# Mein Notebook friert dauernd ein!



## Al Guevara (29. Oktober 2003)

ich halte es echt nicht mehr aus...
hab einen Lapi seit 2 wochen... und der friert mir in unregelmäßigen Abständen besonders bei 3 D Anwendungen ein... Hitzeproblem schließe ich aus... habs mal getestet ... gleich lepi eingaschaltet und benchmark laufen lassen... hmm.. er stürtzte gnadenlos ab... Graka Treiber updates schon durchgeführt, habe WinXP SP1 auch drauf... was kann das sein? HILFE

Mfg


----------



## zeromancer (29. Oktober 2003)

würde mal deinen speicher checken lassen... (http://www.memtest86.com/)

bitte mehr details zum laptop: woher? marke?

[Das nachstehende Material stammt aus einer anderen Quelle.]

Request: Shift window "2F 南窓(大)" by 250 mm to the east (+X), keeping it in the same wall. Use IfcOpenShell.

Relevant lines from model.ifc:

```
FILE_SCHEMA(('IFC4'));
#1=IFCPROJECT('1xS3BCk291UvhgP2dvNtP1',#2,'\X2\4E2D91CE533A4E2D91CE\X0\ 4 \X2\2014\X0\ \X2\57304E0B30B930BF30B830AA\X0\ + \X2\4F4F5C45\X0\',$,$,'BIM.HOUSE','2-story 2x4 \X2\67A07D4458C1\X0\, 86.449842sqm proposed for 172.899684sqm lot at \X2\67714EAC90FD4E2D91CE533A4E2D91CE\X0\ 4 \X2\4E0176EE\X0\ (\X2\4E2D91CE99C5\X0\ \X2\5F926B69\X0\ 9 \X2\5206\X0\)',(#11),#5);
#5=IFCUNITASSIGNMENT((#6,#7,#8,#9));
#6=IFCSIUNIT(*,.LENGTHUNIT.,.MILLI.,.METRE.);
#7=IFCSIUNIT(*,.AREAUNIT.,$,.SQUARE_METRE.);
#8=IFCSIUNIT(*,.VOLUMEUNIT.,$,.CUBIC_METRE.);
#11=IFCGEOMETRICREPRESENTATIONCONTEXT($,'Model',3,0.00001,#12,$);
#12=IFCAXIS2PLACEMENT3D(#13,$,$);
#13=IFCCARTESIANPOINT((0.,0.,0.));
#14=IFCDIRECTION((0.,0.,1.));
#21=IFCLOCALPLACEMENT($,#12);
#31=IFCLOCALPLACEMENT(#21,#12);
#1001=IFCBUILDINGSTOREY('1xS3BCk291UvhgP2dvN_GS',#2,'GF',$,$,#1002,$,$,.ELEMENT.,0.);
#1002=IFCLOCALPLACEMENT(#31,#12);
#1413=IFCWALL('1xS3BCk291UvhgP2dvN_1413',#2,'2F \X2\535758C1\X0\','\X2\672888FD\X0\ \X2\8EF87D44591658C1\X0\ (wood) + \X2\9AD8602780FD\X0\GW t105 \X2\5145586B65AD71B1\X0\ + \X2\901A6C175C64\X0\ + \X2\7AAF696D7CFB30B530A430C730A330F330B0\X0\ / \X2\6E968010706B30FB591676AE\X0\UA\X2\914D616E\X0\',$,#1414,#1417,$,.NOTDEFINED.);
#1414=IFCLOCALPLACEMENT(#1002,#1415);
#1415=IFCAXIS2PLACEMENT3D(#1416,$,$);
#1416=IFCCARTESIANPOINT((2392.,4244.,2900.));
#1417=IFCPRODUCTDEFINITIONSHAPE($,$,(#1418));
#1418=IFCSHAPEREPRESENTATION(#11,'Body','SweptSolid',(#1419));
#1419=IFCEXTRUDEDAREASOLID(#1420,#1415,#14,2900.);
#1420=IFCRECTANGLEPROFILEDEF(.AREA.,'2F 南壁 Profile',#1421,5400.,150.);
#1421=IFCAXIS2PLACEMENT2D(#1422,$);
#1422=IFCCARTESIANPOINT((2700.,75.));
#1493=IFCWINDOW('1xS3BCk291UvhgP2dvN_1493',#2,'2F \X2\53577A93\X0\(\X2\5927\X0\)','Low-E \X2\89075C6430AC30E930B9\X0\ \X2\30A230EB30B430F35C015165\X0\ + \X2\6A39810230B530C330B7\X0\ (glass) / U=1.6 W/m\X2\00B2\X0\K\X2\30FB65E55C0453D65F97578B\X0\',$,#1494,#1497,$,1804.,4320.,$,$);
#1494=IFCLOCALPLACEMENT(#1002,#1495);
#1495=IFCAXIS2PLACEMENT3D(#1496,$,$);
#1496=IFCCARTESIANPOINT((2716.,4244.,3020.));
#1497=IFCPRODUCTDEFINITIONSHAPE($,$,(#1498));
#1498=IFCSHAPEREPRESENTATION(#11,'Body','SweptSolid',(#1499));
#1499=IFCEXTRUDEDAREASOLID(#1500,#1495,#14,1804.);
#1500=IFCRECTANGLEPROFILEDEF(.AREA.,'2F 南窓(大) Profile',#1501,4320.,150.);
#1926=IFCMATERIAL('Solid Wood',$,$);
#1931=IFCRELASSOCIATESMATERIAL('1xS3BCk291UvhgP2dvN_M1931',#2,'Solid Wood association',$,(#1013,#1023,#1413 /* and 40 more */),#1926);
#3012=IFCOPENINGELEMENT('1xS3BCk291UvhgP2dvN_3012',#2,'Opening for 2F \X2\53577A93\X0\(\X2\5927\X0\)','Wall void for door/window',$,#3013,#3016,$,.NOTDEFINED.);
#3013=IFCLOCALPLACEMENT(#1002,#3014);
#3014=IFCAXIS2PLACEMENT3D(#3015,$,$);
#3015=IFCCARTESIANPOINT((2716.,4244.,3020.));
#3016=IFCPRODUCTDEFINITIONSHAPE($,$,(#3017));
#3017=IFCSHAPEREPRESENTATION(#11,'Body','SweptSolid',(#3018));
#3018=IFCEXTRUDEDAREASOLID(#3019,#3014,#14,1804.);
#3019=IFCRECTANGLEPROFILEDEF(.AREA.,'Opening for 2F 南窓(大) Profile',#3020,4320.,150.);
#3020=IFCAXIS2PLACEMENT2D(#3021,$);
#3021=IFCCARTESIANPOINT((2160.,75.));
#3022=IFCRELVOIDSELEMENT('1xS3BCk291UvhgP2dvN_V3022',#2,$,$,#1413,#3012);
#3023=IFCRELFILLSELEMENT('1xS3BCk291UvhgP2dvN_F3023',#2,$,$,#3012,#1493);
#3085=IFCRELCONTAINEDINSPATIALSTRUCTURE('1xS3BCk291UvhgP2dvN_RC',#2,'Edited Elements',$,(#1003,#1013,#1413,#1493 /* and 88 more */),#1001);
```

```python
import ifcopenshell
import ifcopenshell.api.geometry
import ifcopenshell.util.placement

model = ifcopenshell.open("model.ifc")

window = model.by_guid("1xS3BCk291UvhgP2dvN_1493")
opening = window.FillsVoids[0].RelatingOpeningElement
wall = opening.VoidsElements[0].RelatingBuildingElement

wall_matrix = ifcopenshell.util.placement.get_local_placement(wall.ObjectPlacement)
shift = wall_matrix[:3, 0] * 250.0
before = ifcopenshell.util.placement.get_local_placement(window.ObjectPlacement)[:3, 3].copy()

# The window is not placed relative to its opening, so move both.
for product in (opening, window):
    matrix = ifcopenshell.util.placement.get_local_placement(product.ObjectPlacement)
    matrix[:3, 3] += shift
    ifcopenshell.api.geometry.edit_object_placement(model, product=product, matrix=matrix, is_si=False)

after = ifcopenshell.util.placement.get_local_placement(window.ObjectPlacement)[:3, 3]
print("window moved by", (after - before).round(3) + 0.0)

model.write("model_edited.ifc")
```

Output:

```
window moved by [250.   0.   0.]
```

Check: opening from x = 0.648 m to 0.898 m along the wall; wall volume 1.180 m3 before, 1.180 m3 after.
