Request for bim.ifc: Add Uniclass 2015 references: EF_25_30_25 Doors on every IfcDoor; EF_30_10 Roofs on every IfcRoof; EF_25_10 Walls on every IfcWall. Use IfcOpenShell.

First a look at what the model holds.

```python
import ifcopenshell

model = ifcopenshell.open("bim.ifc")
print(model.schema)
print("classifications:", [c.Name for c in model.by_type("IfcClassification")])
for ifc_class in ("IfcDoor", "IfcRoof", "IfcStair", "IfcWall", "IfcWindow"):
    print(ifc_class, len(model.by_type(ifc_class)))
```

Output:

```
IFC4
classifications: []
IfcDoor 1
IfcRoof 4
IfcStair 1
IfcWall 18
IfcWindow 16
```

```python
import ifcopenshell
import ifcopenshell.api.classification

model = ifcopenshell.open("bim.ifc")

system = ifcopenshell.api.classification.add_classification(model, classification="Uniclass 2015")

codes = {
    "IfcDoor": ("EF_25_30_25", "Doors"),
    "IfcRoof": ("EF_30_10", "Roofs"),
    "IfcWall": ("EF_25_10", "Walls"),
}
for ifc_class, (code, name) in codes.items():
    products = model.by_type(ifc_class)
    ifcopenshell.api.classification.add_reference(
        model, products=products, classification=system, identification=code, name=name
    )
    print(code, len(products))

model.write("bim_updated.ifc")
```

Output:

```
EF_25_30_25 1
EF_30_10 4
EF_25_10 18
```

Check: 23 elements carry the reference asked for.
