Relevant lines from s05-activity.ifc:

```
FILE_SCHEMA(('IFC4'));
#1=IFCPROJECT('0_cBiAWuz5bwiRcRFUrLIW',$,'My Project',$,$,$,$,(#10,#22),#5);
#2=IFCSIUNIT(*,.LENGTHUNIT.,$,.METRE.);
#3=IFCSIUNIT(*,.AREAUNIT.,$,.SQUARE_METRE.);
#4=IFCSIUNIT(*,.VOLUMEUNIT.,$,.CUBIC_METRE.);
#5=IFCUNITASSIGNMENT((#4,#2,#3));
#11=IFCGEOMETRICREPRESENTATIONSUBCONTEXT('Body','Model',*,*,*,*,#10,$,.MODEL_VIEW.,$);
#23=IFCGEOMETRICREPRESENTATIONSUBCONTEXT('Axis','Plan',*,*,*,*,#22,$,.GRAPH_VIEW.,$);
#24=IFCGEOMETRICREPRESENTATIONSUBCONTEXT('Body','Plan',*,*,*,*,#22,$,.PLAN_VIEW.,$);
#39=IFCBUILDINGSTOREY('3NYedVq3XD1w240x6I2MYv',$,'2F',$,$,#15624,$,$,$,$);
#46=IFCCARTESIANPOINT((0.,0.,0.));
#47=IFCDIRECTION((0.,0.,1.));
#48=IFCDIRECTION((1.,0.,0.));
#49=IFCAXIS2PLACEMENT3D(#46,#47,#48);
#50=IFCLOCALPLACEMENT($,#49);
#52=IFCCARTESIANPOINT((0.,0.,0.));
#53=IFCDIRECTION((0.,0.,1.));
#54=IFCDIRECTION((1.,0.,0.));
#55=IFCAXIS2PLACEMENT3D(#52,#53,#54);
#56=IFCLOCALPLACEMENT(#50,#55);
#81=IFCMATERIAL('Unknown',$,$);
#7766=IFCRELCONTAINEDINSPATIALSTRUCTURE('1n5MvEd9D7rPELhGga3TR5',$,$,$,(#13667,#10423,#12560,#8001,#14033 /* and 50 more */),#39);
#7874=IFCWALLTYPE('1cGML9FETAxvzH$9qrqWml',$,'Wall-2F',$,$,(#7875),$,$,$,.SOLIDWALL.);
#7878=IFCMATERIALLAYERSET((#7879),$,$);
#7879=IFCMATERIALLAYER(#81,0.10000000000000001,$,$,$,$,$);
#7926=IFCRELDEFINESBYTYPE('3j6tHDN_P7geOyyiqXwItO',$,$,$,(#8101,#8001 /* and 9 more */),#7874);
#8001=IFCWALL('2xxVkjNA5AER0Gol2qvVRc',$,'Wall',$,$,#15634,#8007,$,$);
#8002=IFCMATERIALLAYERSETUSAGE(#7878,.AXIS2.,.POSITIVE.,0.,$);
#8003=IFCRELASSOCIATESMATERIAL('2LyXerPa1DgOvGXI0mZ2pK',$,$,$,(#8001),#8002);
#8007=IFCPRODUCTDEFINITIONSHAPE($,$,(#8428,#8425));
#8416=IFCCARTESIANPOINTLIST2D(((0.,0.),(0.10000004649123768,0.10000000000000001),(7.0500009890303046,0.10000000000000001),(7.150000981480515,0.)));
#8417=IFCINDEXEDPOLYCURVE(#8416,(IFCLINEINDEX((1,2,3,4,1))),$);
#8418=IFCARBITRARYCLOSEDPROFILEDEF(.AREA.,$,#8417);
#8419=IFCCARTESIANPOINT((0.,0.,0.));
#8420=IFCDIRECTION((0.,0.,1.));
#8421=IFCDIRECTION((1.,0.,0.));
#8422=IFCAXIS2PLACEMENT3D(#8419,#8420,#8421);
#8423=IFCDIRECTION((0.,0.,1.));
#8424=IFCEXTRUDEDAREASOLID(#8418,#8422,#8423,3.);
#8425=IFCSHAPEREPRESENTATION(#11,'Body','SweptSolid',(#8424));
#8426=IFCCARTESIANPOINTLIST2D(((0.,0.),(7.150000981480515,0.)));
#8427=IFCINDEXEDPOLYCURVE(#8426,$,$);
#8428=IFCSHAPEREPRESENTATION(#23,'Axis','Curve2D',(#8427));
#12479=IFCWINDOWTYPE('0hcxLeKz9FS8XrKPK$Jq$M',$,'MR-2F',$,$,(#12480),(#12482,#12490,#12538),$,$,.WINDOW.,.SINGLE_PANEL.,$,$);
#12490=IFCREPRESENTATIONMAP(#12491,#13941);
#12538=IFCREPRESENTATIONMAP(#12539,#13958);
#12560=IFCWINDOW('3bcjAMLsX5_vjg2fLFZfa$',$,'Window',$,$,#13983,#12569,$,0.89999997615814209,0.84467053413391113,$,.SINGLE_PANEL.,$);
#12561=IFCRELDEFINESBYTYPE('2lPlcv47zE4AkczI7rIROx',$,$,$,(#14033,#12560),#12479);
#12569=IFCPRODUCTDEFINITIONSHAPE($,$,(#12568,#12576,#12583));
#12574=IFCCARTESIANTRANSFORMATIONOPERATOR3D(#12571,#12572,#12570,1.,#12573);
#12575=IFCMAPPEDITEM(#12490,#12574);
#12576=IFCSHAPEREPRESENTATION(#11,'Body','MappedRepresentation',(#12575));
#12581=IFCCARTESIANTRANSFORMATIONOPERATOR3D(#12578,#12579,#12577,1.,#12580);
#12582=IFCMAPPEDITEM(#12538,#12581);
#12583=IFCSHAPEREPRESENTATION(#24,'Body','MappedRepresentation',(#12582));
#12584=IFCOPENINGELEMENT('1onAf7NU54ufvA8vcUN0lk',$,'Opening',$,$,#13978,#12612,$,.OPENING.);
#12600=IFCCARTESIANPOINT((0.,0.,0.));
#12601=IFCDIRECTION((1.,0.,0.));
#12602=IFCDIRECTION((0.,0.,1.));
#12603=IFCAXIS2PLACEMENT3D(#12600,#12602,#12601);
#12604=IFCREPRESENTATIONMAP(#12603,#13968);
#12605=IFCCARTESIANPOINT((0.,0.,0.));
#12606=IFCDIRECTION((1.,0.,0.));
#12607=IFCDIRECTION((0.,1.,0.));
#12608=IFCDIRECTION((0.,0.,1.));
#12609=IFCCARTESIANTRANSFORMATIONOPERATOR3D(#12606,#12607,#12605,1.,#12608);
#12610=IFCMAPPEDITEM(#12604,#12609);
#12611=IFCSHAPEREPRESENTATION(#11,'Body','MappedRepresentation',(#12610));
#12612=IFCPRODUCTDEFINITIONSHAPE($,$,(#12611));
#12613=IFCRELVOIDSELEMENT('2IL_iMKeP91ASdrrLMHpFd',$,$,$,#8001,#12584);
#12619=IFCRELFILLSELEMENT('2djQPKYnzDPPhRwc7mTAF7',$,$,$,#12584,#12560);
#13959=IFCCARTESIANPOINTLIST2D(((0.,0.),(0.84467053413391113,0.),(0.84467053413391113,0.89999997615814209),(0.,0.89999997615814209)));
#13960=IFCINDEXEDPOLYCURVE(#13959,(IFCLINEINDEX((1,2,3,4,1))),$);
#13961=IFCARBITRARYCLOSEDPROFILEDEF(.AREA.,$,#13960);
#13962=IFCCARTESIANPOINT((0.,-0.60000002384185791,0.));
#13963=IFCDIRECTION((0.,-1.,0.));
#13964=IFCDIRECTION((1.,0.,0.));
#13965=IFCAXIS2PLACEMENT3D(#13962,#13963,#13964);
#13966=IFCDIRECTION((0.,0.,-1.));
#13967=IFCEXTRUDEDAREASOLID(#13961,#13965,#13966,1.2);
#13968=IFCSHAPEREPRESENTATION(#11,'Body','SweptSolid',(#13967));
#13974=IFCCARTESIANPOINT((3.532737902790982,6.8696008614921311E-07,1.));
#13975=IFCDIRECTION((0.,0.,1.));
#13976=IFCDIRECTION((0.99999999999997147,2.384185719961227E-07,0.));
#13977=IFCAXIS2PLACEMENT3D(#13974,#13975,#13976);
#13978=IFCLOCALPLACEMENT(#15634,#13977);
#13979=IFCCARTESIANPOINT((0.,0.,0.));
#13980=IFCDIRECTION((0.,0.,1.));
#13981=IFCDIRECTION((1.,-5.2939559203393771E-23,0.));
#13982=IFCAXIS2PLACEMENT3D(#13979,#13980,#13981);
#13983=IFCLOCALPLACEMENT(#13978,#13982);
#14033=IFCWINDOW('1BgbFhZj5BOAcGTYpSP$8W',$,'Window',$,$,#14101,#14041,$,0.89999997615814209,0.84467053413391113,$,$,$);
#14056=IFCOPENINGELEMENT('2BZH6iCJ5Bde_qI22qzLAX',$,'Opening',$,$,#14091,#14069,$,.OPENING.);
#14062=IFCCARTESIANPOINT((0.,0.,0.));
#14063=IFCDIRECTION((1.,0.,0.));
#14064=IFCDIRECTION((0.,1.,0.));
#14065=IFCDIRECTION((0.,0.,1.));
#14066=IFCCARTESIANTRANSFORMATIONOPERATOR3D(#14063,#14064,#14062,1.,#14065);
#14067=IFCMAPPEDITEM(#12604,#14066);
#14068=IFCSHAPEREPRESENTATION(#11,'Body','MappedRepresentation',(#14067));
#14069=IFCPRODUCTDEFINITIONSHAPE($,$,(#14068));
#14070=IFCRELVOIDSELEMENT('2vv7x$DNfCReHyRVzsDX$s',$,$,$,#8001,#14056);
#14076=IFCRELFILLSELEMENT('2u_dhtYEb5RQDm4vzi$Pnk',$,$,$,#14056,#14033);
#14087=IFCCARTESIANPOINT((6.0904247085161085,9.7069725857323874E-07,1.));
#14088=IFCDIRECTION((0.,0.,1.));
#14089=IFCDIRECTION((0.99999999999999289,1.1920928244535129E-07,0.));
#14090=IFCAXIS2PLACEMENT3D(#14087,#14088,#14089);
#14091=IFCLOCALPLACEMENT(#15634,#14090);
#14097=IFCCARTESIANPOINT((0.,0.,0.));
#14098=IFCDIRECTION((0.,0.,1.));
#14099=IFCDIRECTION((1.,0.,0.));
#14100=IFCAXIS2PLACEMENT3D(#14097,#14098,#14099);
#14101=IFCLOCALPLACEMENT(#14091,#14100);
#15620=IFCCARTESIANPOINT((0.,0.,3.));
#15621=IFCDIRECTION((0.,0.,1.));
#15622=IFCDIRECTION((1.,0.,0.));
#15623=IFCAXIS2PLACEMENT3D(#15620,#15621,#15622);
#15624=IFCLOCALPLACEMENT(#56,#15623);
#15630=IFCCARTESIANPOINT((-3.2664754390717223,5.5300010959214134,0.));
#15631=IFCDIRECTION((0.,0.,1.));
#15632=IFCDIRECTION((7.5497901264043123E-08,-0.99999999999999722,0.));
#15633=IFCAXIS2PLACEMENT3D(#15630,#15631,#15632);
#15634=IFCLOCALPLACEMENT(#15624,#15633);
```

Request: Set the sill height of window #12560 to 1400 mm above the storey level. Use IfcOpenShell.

```python
import numpy as np
import ifcopenshell
import ifcopenshell.api.geometry
import ifcopenshell.geom
import ifcopenshell.util.element
import ifcopenshell.util.placement
import ifcopenshell.util.shape
import ifcopenshell.util.unit

model = ifcopenshell.open("s05-activity.ifc")
unit_scale = ifcopenshell.util.unit.calculate_unit_scale(model)

window = model.by_id(12560)
opening = window.FillsVoids[0].RelatingOpeningElement
storey = ifcopenshell.util.element.get_container(window, ifc_class="IfcBuildingStorey")
level = ifcopenshell.util.placement.get_local_placement(storey.ObjectPlacement)[2, 3]

# The opening's origin need not be at the sill, so measure its lowest point.
shape = ifcopenshell.geom.create_shape(ifcopenshell.geom.settings(), opening)
bottom = ifcopenshell.util.shape.get_shape_bottom_elevation(shape, shape.geometry) / unit_scale
dz = level + 1.4 - bottom

shift = np.array([0.0, 0.0, dz])
# The window is placed relative to its opening, so it follows when the opening moves.
matrix = ifcopenshell.util.placement.get_local_placement(opening.ObjectPlacement)
matrix[:3, 3] += shift
ifcopenshell.api.geometry.edit_object_placement(
    model, product=opening, matrix=matrix, is_si=False, should_transform_children=True
)

print(f"moved by {dz * unit_scale:+.3f} m")

model.write("s05-activity_v2.ifc")
```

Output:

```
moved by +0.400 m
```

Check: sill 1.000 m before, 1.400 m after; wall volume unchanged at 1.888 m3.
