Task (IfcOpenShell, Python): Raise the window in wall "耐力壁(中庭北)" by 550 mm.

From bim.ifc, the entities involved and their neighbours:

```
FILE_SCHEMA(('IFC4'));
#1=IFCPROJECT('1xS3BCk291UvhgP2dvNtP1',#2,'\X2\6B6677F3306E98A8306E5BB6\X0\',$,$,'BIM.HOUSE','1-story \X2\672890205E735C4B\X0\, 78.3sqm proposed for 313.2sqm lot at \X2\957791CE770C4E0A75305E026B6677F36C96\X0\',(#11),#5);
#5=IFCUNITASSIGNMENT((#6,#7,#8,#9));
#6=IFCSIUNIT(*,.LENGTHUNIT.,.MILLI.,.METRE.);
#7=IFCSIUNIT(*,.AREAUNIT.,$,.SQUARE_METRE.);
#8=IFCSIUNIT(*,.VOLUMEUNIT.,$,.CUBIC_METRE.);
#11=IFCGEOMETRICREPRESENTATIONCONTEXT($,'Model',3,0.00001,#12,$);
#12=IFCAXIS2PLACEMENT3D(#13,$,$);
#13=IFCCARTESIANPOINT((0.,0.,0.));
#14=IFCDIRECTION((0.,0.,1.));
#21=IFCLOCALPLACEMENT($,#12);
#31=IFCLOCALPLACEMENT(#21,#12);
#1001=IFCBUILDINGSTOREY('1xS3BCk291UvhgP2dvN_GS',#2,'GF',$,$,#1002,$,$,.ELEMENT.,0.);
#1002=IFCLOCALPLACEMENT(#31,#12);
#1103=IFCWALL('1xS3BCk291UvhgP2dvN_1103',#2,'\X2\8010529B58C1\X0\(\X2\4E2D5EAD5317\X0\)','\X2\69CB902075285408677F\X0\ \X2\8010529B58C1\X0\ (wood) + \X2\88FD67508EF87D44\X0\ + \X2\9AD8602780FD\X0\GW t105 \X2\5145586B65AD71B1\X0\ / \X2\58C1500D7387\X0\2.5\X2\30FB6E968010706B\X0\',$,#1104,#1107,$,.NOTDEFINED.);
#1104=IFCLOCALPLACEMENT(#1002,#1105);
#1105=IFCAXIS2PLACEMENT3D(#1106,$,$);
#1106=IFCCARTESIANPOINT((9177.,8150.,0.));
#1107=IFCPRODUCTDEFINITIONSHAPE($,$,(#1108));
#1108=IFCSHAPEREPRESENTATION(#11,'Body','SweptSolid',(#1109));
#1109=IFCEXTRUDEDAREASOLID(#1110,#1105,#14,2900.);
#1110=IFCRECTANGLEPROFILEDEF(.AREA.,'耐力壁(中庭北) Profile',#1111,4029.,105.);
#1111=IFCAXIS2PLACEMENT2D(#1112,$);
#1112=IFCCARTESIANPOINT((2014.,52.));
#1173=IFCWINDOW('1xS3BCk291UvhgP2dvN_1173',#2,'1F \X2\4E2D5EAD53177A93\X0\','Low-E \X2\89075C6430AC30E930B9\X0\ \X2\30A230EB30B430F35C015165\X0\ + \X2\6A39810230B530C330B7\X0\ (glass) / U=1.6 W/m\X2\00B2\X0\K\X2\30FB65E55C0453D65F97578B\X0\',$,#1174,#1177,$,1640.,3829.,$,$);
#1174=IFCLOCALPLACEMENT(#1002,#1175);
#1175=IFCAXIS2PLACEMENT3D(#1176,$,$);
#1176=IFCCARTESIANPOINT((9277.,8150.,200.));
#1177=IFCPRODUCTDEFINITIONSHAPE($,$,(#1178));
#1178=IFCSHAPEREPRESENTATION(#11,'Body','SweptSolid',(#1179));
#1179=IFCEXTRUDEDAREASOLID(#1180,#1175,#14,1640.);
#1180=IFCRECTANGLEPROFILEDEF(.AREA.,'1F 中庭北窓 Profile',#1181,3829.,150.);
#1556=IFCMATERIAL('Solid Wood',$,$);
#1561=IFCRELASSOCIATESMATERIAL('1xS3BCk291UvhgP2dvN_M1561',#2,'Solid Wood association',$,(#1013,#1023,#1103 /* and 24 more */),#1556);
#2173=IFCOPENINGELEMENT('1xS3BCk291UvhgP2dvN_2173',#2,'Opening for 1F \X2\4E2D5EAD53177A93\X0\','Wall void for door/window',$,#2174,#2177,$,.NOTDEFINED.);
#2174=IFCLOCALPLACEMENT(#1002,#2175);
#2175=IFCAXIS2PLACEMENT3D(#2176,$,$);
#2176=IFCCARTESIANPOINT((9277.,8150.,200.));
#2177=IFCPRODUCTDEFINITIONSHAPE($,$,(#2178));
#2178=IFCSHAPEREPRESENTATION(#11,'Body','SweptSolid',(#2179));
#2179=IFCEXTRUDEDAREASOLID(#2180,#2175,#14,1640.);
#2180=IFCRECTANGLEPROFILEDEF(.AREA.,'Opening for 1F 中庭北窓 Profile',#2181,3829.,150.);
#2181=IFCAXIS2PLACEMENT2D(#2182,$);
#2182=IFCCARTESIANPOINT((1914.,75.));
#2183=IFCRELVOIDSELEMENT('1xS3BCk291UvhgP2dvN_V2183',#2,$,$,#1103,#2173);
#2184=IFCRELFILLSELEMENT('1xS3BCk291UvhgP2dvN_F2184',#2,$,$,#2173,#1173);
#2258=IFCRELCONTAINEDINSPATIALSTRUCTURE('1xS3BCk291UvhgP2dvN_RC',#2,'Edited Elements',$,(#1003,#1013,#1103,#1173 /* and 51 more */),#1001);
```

```python
import numpy as np
import ifcopenshell
import ifcopenshell.api.geometry
import ifcopenshell.util.placement
import ifcopenshell.util.unit

model = ifcopenshell.open("bim.ifc")
unit_scale = ifcopenshell.util.unit.calculate_unit_scale(model)

window = model.by_guid("1xS3BCk291UvhgP2dvN_1173")
opening = window.FillsVoids[0].RelatingOpeningElement
dz = 0.55 / unit_scale

shift = np.array([0.0, 0.0, dz])
# The window is not placed relative to its opening, so move both.
for product in (opening, window):
    matrix = ifcopenshell.util.placement.get_local_placement(product.ObjectPlacement)
    matrix[:3, 3] += shift
    ifcopenshell.api.geometry.edit_object_placement(model, product=product, matrix=matrix, is_si=False)

print(f"moved by {dz * unit_scale:+.3f} m")

model.write("bim-out.ifc")
```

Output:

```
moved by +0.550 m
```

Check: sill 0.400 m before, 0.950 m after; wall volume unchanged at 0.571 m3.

möglicherweise defekter RAM - Aldi-PC?


----------



## Al Guevara (29. Oktober 2003)

zum Lapi:

Peacock Freeliner XP2 Athlon 2600XP M, Radeon 9600 64Mb, 40er Platte, 512 DDram ...

wennst noch was brauchst nur sagen ;-) 

Mfg AL


----------



## Al Guevara (31. Oktober 2003)

ach bitte leute hilfe


----------



## urpsi (7. November 2003)

*baugleiche Laptops*

du bist nicht der einzige ... schau'mal auf die Laptops der (baugleichen) Targa Reihe!

http://www.webports.de/services/cgi-bin/foren/foren/F_0371/cutecast.pl?forum=1


----------